NEW DELHI: When Ramesh Chandra Biswal left his job as a space scientist in the US, he returned to eastern India and ran an agriculture startup on a promise of his country’s rapid economic growth.

Nine years on, as India positions itself as the world’s fourth largest economy, he is still waiting for the promise to come true.

India’s economy was the sixth largest in the world, valued at about $2.6 trillion in 2017, when Biswal launched his Villamart project in his home village in Odisha.

According to calculations in the Indian government’s end-of-year economic review, it has now grown to $4.19 trillion, overtaking Japan’s economy in terms of nominal Gross Domestic Product.

The review also projects that India will overtake Germany to become the world’s third-largest economy within the next three years, trailing only the US and China in economic weight.

But on the ground, Biswal was not sure what the projections meant because they had no impact on his life or business.

“The hype around India becoming the fourth largest economy is not grounded. People cannot relate to that,” he said.

“The number of people here in India is much more than Japan ... We have to improve the per capita income instead of telling the story of being the fourth largest economy.”

Over the years that he has been running his company, Biswal has not noticed much change, but hoped that the news of the country’s growth would at least create a positive hype and motivate everyone.

“People are trying. As an entrepreneur, we are also trying, struggling every day, trying to do something new,” he said.

“I’m getting some respect in society. That way, it is giving me the driving force.”

But not everyone was immediately optimistic. For Sarvesh Sau, a fruit seller in Delhi, it has been increasingly difficult to keep his family afloat.

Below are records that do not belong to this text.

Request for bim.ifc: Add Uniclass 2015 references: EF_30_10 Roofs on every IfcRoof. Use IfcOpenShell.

First a look at what the model holds.

```python
import ifcopenshell

model = ifcopenshell.open("bim.ifc")
print(model.schema)
print("classifications:", [c.Name for c in model.by_type("IfcClassification")])
for ifc_class in ("IfcDoor", "IfcRoof", "IfcStair", "IfcWall", "IfcWindow"):
    print(ifc_class, len(model.by_type(ifc_class)))
```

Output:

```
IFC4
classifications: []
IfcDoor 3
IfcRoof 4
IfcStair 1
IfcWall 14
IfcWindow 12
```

```python
import ifcopenshell
import ifcopenshell.api.classification

model = ifcopenshell.open("bim.ifc")

system = ifcopenshell.api.classification.add_classification(model, classification="Uniclass 2015")

codes = {
    "IfcRoof": ("EF_30_10", "Roofs"),
}
for ifc_class, (code, name) in codes.items():
    products = model.by_type(ifc_class)
    ifcopenshell.api.classification.add_reference(
        model, products=products, classification=system, identification=code, name=name
    )
    print(code, len(products))

model.write("bim-out.ifc")
```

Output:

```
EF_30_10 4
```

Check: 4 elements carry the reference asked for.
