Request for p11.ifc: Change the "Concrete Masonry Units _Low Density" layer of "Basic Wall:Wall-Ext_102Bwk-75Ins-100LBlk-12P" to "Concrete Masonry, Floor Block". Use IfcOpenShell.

First a look at what the model holds.

```python
import ifcopenshell
import ifcopenshell.util.element

model = ifcopenshell.open("p11.ifc")
print(model.schema)
for layer_set in model.by_type("IfcMaterialLayerSet"):
    if layer_set.LayerSetName == "Basic Wall:Wall-Ext_102Bwk-75Ins-100LBlk-12P":
        for layer in layer_set.MaterialLayers:
            print(layer.id(), layer.Material and layer.Material.Name, layer.LayerThickness, sep=" | ")
        print(len(ifcopenshell.util.element.get_elements_by_material(model, layer_set)), "elements and types use it")
print(sorted(m.Name for m in model.by_type("IfcMaterial") if m.Name)[:60])
```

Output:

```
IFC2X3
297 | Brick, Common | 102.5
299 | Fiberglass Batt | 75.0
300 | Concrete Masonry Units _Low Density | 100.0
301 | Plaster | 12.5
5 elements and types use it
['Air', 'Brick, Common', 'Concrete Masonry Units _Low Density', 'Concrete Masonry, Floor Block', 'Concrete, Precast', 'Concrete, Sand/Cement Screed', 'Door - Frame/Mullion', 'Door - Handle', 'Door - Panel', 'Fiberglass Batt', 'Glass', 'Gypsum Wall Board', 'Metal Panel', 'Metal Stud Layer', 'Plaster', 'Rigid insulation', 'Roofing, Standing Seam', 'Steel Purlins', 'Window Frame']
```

```python
import ifcopenshell
import ifcopenshell.api.material

model = ifcopenshell.open("p11.ifc")

layer_set = next(s for s in model.by_type("IfcMaterialLayerSet") if s.LayerSetName == "Basic Wall:Wall-Ext_102Bwk-75Ins-100LBlk-12P")
layer = next(l for l in layer_set.MaterialLayers if l.Material and l.Material.Name == "Concrete Masonry Units _Low Density")
material = next(m for m in model.by_type("IfcMaterial") if m.Name == "Concrete Masonry, Floor Block")

# Point this one layer at the other material; renaming the old one would change it everywhere.
ifcopenshell.api.material.edit_layer(model, layer=layer, attributes={}, material=material)

print([l.Material.Name if l.Material else None for l in layer_set.MaterialLayers])

model.write("p11_v2.ifc")
```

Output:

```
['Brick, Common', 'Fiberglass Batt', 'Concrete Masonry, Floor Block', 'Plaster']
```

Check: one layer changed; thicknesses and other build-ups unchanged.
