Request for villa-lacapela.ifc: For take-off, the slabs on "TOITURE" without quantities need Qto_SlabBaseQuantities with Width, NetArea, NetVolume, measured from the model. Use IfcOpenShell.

First a look at what the model holds.

```python
import ifcopenshell
import ifcopenshell.util.element
import ifcopenshell.util.unit

model = ifcopenshell.open("villa-lacapela.ifc")
print(model.schema)
for unit_type in ("LENGTHUNIT", "AREAUNIT", "VOLUMEUNIT"):
    print(unit_type, ifcopenshell.util.unit.calculate_unit_scale(model, unit_type))
storey = next(s for s in model.by_type("IfcBuildingStorey") if s.Name == "TOITURE")
slabs = [e for e in ifcopenshell.util.element.get_decomposition(storey) if e.is_a("IfcSlab")]
for e in sorted(slabs, key=lambda e: e.id()):
    print(e.id(), e.is_a(), e.Name, list(ifcopenshell.util.element.get_psets(e, qtos_only=True)), sep=" | ")
```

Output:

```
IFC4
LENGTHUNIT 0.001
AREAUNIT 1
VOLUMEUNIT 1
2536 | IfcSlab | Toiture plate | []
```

```python
import ifcopenshell
import ifcopenshell.api.pset
import ifcopenshell.geom
import ifcopenshell.util.element
import ifcopenshell.util.shape
import ifcopenshell.util.unit

model = ifcopenshell.open("villa-lacapela.ifc")
unit_scale = ifcopenshell.util.unit.calculate_unit_scale(model)
area_scale = ifcopenshell.util.unit.calculate_unit_scale(model, "AREAUNIT")
volume_scale = ifcopenshell.util.unit.calculate_unit_scale(model, "VOLUMEUNIT")
settings = ifcopenshell.geom.settings()

storey = next(s for s in model.by_type("IfcBuildingStorey") if s.Name == "TOITURE")
slabs = [e for e in ifcopenshell.util.element.get_decomposition(storey) if e.is_a("IfcSlab")]

for e in sorted(slabs, key=lambda e: e.id()):
    if ifcopenshell.util.element.get_psets(e, qtos_only=True, should_inherit=False):
        continue
    # Geometry comes back in metres, in the element's own axes.
    shape = ifcopenshell.geom.create_shape(settings, e)
    values = {
        "Width": ifcopenshell.util.shape.get_z(shape.geometry) / unit_scale,
        "NetArea": ifcopenshell.util.shape.get_footprint_area(shape.geometry) / area_scale,
        "NetVolume": ifcopenshell.util.shape.get_volume(shape.geometry) / volume_scale,
    }
    qto = ifcopenshell.api.pset.add_qto(model, product=e, name="Qto_SlabBaseQuantities")
    ifcopenshell.api.pset.edit_qto(model, qto=qto, properties=values)
    print(e.id(), {k: round(v, 3) for k, v in values.items()})

model.write("villa-lacapela_updated.ifc")
```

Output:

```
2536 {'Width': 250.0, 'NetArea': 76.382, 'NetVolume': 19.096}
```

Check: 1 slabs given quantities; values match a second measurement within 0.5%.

“Rich people are getting rich, those who have resources ... but a low-income group person like me finds it difficult to manage a decent living despite putting in more than 12 hours of work every day.

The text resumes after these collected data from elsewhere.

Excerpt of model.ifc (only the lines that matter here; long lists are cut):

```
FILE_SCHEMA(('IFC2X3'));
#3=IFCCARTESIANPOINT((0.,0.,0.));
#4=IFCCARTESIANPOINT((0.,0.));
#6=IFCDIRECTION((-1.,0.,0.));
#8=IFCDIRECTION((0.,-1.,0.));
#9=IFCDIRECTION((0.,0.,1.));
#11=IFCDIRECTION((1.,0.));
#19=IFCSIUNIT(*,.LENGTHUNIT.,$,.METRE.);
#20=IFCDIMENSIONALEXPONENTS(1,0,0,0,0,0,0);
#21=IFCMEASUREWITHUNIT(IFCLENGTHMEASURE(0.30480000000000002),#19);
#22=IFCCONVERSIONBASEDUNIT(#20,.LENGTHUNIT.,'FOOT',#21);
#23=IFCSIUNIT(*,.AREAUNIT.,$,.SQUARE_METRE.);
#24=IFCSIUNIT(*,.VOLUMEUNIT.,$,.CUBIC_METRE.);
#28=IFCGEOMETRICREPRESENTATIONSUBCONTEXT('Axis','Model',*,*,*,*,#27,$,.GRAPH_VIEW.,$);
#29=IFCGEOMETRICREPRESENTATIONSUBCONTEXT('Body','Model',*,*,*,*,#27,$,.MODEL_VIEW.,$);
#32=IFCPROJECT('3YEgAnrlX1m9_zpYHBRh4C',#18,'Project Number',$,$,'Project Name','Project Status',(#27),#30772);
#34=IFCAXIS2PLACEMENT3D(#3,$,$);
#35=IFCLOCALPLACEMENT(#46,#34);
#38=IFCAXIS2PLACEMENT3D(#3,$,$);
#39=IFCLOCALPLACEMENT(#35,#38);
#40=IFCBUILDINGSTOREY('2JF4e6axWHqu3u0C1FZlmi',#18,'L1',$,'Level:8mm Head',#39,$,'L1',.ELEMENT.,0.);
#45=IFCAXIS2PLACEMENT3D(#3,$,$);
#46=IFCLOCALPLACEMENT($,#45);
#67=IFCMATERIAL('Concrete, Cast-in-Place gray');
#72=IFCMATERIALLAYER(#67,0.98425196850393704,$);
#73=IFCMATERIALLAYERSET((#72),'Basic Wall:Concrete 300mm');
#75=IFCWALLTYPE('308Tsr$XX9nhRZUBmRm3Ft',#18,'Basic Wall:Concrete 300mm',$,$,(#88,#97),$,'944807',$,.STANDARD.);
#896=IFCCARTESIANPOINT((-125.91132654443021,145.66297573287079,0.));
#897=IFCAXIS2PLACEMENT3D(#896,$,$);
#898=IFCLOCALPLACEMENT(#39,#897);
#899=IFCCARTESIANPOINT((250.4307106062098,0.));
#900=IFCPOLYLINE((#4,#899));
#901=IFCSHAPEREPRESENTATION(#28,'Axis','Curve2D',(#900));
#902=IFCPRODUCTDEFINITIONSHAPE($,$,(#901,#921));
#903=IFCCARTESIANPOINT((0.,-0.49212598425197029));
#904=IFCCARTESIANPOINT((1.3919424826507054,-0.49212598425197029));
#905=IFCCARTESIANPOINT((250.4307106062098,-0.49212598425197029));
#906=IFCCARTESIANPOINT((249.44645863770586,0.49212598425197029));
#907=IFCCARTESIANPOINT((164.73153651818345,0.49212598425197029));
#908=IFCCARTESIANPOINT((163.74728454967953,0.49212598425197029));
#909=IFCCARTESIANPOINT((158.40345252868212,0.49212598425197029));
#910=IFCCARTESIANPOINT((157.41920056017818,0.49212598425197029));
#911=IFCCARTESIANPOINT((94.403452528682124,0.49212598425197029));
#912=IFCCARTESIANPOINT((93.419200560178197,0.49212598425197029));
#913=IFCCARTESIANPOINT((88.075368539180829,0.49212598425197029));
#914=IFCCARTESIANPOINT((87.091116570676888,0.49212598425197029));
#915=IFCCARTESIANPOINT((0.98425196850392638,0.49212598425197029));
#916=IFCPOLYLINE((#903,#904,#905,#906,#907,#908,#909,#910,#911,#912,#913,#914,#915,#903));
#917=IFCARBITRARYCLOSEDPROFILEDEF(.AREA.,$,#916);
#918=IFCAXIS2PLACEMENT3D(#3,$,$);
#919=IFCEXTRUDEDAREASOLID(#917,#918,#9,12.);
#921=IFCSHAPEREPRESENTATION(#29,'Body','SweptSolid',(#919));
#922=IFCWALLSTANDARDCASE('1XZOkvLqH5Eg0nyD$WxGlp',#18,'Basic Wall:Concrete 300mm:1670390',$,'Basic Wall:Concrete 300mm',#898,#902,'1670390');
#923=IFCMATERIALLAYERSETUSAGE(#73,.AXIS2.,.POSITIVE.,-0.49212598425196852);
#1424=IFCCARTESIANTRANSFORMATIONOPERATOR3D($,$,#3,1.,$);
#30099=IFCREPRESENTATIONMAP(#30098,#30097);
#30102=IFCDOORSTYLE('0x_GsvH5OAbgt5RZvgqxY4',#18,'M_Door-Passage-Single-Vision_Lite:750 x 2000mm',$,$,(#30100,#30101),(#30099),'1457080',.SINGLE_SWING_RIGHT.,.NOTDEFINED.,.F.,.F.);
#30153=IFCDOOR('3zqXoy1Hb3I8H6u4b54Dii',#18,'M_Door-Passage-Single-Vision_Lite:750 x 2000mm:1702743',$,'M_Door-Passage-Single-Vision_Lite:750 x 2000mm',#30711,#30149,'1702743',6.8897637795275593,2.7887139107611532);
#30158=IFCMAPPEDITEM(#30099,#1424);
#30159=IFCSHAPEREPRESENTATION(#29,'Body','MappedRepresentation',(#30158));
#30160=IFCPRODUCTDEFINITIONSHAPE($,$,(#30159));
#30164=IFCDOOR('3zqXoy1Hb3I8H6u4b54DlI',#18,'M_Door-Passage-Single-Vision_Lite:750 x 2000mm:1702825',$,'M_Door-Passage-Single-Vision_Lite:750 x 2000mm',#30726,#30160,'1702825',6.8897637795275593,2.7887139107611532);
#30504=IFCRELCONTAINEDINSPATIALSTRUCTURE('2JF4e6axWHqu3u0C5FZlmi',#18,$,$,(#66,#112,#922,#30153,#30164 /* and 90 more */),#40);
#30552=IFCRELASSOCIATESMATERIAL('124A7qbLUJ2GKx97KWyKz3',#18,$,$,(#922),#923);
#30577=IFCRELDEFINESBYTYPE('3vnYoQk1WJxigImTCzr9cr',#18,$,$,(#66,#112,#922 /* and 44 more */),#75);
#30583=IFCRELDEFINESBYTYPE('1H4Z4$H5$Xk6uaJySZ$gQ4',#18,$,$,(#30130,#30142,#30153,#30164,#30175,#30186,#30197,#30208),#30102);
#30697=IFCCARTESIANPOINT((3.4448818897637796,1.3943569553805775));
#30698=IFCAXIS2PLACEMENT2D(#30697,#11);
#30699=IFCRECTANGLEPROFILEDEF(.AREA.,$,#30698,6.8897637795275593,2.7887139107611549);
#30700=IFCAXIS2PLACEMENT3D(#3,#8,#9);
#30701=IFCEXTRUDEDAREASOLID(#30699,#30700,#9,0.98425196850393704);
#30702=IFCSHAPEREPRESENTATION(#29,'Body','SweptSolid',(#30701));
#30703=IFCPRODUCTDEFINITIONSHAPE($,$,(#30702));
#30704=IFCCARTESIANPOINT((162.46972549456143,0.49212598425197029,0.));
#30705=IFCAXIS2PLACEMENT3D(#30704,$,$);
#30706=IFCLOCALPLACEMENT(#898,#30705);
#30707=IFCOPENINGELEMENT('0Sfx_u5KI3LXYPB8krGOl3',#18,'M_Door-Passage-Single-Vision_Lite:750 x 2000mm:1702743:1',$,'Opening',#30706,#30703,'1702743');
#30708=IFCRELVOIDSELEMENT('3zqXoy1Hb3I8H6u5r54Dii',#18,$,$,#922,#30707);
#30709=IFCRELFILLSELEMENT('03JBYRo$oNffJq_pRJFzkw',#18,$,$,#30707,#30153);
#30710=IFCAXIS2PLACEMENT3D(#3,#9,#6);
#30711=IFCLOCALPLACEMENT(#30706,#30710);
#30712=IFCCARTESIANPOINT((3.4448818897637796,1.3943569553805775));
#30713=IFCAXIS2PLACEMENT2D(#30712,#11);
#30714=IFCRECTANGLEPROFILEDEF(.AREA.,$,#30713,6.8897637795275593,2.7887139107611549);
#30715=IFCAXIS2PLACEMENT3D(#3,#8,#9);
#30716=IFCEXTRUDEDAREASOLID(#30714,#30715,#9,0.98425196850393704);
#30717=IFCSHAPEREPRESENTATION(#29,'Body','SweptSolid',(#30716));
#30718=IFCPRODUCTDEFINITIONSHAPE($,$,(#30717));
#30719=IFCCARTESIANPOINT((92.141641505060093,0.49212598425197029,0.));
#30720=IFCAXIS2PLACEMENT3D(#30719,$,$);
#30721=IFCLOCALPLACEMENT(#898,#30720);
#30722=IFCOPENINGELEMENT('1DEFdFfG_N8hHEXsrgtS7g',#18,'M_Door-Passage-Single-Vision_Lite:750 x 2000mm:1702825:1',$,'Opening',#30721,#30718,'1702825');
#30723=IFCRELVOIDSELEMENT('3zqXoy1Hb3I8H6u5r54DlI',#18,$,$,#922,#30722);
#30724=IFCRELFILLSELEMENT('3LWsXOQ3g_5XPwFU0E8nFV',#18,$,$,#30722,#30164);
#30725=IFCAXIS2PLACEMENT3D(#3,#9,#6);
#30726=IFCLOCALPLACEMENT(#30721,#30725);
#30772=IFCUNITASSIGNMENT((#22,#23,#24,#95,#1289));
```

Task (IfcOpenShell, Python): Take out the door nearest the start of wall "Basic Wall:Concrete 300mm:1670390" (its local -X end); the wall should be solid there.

```python
import ifcopenshell
import ifcopenshell.api.feature
import ifcopenshell.api.root
import ifcopenshell.geom
import ifcopenshell.util.shape

model = ifcopenshell.open("model.ifc")
settings = ifcopenshell.geom.settings()


def volume(element):
    """Net volume in cubic metres, openings subtracted."""
    shape = ifcopenshell.geom.create_shape(settings, element)
    return ifcopenshell.util.shape.get_volume(shape.geometry)


door = model.by_guid("3zqXoy1Hb3I8H6u4b54DlI")
opening = door.FillsVoids[0].RelatingOpeningElement
wall = opening.VoidsElements[0].RelatingBuildingElement
before = volume(wall)

ifcopenshell.api.root.remove_product(model, product=door)
ifcopenshell.api.feature.remove_feature(model, feature=opening)

after = volume(wall)

print(f"wall volume {before:.3f} -> {after:.3f} m3")

model.write("model_v2.ifc")
```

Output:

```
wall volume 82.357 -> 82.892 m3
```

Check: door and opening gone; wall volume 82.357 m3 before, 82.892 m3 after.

“We are a big nation, and we will look big compared to others. Are we able to match Japan?”

The world’s most populous nation, India has about 1.46 billion people and a GDP per capita estimated by the World Bank to be about $2,700. It is about 12 times lower than Japan’s.

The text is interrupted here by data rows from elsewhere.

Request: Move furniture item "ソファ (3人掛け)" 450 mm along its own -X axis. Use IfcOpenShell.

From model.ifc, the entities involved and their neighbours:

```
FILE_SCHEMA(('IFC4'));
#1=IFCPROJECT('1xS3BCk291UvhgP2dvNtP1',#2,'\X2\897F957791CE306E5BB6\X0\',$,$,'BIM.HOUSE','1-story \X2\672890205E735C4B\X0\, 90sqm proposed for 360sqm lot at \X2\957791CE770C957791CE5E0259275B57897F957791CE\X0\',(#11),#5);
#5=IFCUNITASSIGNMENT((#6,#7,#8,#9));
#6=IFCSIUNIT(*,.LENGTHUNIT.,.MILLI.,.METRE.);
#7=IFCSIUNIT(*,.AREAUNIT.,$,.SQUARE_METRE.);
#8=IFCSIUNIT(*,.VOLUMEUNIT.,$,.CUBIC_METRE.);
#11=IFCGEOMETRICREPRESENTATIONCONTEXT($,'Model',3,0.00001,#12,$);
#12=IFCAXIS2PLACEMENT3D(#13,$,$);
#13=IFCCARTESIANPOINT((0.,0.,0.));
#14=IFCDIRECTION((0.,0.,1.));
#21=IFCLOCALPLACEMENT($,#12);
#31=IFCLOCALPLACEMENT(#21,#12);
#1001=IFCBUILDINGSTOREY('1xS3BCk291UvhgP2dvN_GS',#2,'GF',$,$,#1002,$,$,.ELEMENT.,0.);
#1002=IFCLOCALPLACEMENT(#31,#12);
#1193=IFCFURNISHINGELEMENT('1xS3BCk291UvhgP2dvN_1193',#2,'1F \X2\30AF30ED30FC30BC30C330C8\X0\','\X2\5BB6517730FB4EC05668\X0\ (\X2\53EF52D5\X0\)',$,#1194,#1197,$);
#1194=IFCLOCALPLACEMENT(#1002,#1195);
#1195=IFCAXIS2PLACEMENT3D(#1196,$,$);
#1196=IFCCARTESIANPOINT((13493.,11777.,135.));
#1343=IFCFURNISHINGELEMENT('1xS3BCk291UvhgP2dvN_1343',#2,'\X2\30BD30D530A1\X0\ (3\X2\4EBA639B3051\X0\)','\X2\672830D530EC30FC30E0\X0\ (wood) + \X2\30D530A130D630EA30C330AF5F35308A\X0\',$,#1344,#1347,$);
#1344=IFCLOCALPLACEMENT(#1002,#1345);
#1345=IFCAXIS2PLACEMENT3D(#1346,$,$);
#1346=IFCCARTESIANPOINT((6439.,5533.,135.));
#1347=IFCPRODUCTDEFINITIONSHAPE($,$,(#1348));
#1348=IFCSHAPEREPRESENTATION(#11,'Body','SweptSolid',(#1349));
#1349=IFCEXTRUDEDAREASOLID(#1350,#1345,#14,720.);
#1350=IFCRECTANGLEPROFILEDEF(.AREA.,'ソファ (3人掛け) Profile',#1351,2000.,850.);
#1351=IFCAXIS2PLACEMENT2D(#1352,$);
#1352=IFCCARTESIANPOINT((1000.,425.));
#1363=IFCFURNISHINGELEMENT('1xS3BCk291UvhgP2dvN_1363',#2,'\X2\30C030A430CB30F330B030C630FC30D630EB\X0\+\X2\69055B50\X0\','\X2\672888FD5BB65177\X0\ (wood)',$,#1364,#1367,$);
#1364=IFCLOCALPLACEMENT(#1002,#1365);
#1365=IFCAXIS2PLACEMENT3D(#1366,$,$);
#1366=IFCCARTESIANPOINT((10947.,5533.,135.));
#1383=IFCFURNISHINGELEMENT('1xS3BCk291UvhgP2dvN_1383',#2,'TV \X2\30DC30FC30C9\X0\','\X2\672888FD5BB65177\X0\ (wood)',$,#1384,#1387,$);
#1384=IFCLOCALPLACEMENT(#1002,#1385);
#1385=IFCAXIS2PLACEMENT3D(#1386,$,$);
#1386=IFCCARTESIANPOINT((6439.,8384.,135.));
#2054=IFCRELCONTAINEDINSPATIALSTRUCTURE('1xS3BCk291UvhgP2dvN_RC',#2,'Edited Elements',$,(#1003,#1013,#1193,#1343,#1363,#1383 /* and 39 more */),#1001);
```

```python
import ifcopenshell
import ifcopenshell.api.geometry
import ifcopenshell.util.placement
import ifcopenshell.util.unit

model = ifcopenshell.open("model.ifc")
unit_scale = ifcopenshell.util.unit.calculate_unit_scale(model)

item = model.by_guid("1xS3BCk291UvhgP2dvN_1343")
matrix = ifcopenshell.util.placement.get_local_placement(item.ObjectPlacement)
matrix[:3, 3] -= matrix[:3, 0] * 0.45 / unit_scale
ifcopenshell.api.geometry.edit_object_placement(model, product=item, matrix=matrix, is_si=False)

print(ifcopenshell.util.placement.get_local_placement(item.ObjectPlacement).round(3) + 0.0)

model.write("model_rev.ifc")
```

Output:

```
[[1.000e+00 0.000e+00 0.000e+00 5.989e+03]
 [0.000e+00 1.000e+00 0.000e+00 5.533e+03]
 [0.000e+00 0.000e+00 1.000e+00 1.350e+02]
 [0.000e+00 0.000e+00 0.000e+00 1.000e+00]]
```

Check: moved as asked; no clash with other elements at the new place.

Yogendra Kumar, a plumber in Noida, said his income has been rising, but it is consistently outpaced by the cost of living, leaving him feeling poorer over time.

“I have heard that India has become the fourth largest economy, but I don’t know how to react to that. It does not make any difference to our lives. It sounds good that India is growing, but the matter of fact is that for people like me the struggle for survival is more acute now than before,” he said.

“Today I earn more but the inflation takes away all the money, and it makes it difficult to have a comfortable life,” he told Arab News. “Mustard oil was 50 rupees 10 years ago. It is now 200 rupees. A cooking gas cylinder used to cost 500 rupees — now it costs more than double. Everything is so expensive.”

While India’s claim of being the fourth-largest economy is still awaiting review by the International Monetary Fund, Prof. Arun Kumar, a development economist, does not expect it to be confirmed.

“Our GDP data, as the IMF has said, is suspect because it doesn’t include the informal sector ... According to my estimate, we are still the seventh largest economy, just ahead of Italy,” he told Arab News, also estimating India’s actual growth to be much lower than the government’s projection.

“Even though official data shows a 7 percent to 8 percent rate of growth, people realize that it’s not growing so well,” Prof. Kumar said.

“The rate of growth is only of the organized sector, not of the unorganized sector ... The unorganized sector is declining and that is where 94 percent of the employment is.”